Mathematica-mpr.com is now Mathematica.org. Please update your bookmarks. Learn more about this change.
It's Time to Phase Out Teacher "Value Added"
Indicators that gauge the impact of educators on test scores are often called "value-added" measures or VAMs. Although I have been using this term for the past 20 years in my own research, it's time to acknowledge how terrible it is and retire it, or at least phase it out.
The term comes from economics, where the value added is the unique contribution of an input to the value of an output in a production function, holding constant the effect of all other inputs. After a provocative 1981 article called, "Throwing Money at Schools," in which Eric Hanushek questioned the productivity of many education inputs, education production function analysis became popular. For researchers toiling in obscurity, the term “value added” was fine for this analysis, but when it hit mainstream some time in the 2000s, it started to feel a little wrong.
"Value added" is an unfortunate term. It sounds like we’ve measured the sum of all that teachers contribute or the sum of their value, which is dehumanizing as well as inaccurate. The real point is that we’ve estimated the teachers' impact on standardized test scores. It is just one aspect of a teacher's job, so it is not a synonym for teacher effectiveness. It is only as good as the tests we use to measure it, but it is still important. We want to know what impact educators do have on their students. We even care about the impact on test scores. That’s why it’s worth being very purposive about terminology, as in: “estimated impact on test scores.”
One word in that definition that is worth emphasizing is “estimated.” People usually skip over that, especially people who don’t love statistics, but it’s important. Estimate is a fancy way of saying “make our best guess.” Even though we know that these educated guesses can be off the mark, basic statistical principles can be used to quantify how far off the mark. Based on the best available research, the answer might be “not very far off.” Researchers have figured out clever ways to determine whether value-added measures get it right. They looked (here and here) at student performance before and after a high value-added teacher arrives. They have used randomized experiments (here and here) in which some students got a high value-added teacher and others got a lower value-added teacher and the only other difference between the groups of students was essentially whether their coin came up heads or tails. Therefore, the difference in the average outcomes for the groups of students can be attributed to the estimated impact, or value added, of the teacher. All of these studies show that having a high value-added teacher leads to higher student achievement later on (or better long-term outcomes).
With best-guess estimates, we also worry about reliability, which is statistics-speak for the frequency with which we would get the same answer if we did the measurement twice. Again, it’s possible to calculate reliability of educator impact measures and use it to characterize the margin of error, just as we do with public opinion polls. This is another reason we should not blithely ignore the “estimated” part of the definition.
The other linguistic norm I’d like to enforce is explicitly mentioning what the impact is on. If the outcome is test scores, then it's important to refer to the "impact on test scores," instead of on “student achievement” or “learning” or even “growth.” Simply calling it impact on test scores makes no value judgment about whether the tests are good or bad. The impact estimate is only as good as the student assessment being used.
Given all these limitations of estimates–concerns about systematic error, reliability, and validity of the tests-the hard part is using the measures wisely. How do we take these weaknesses into account and yet still extract meaning from the imperfect measures? This is where the field needs to go: creating decision models to put tools into the hands of the school leaders and other stakeholders so they can use the data wisely, reconcile them with non-test-score-based measures like classroom observation scores or student survey measures, and not overuse them, to make smart decisions.
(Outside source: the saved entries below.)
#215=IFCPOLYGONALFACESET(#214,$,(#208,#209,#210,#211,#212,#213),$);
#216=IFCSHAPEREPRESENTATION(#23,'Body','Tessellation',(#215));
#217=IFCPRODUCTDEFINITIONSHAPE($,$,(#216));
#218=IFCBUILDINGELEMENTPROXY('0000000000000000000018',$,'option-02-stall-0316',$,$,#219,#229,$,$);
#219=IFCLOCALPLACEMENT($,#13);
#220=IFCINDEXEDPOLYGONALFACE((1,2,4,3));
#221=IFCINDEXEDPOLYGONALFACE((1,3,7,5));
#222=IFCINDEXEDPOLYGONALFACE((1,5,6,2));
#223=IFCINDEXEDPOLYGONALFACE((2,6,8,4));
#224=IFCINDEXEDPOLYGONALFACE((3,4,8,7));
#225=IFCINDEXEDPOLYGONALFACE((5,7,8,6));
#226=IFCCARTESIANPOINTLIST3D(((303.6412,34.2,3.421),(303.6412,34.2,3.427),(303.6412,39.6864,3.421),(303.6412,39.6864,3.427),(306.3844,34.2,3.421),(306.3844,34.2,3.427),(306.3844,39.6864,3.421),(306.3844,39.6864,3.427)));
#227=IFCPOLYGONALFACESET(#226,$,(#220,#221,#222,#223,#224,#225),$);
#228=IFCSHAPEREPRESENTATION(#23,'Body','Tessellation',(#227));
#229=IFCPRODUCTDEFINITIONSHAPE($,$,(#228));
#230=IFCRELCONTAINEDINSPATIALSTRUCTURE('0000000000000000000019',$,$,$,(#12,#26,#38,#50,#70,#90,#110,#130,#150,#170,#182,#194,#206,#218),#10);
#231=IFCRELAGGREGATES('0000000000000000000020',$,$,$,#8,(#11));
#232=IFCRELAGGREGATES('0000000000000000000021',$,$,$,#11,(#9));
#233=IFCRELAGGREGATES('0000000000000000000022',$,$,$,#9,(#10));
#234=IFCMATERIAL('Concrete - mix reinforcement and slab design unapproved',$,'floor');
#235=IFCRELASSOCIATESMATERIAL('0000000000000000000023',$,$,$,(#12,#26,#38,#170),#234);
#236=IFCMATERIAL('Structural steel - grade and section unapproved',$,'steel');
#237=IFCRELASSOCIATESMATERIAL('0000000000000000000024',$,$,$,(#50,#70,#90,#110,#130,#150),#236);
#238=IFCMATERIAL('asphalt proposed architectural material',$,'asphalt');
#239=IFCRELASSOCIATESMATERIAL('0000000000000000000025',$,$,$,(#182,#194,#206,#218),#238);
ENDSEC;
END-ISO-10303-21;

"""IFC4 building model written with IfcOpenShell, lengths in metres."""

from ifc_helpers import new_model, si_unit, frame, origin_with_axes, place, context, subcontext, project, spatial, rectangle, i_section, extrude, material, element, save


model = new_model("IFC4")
Another phrase, "student growth modeling," has been adopted fairly widely but it has its own problems. Student growth models are models of how learning, measured by test scores, changes over time. The terminology blurs the line between students' contributions through their own effort and ability and teachers' contributions, which can differ based on how well the teacher can motivate, inspire, and explain to the student over a fixed period of time. If we are interested in just the teacher’s contribution, then the "student growth model" and its cousin, the "student growth percentile," are not useful constructs.
So, is the term “value added” nearing the end of its life span in education? This may be just a semantic issue, but it’s also about putting these educator impact estimates into perspective and avoiding the risk of false advertising. Building trust and understanding between data analysts and educators is the first step toward acting on data and improving education. Who will join this effort at accurate labeling? It can't happen overnight but we have to start somewhere.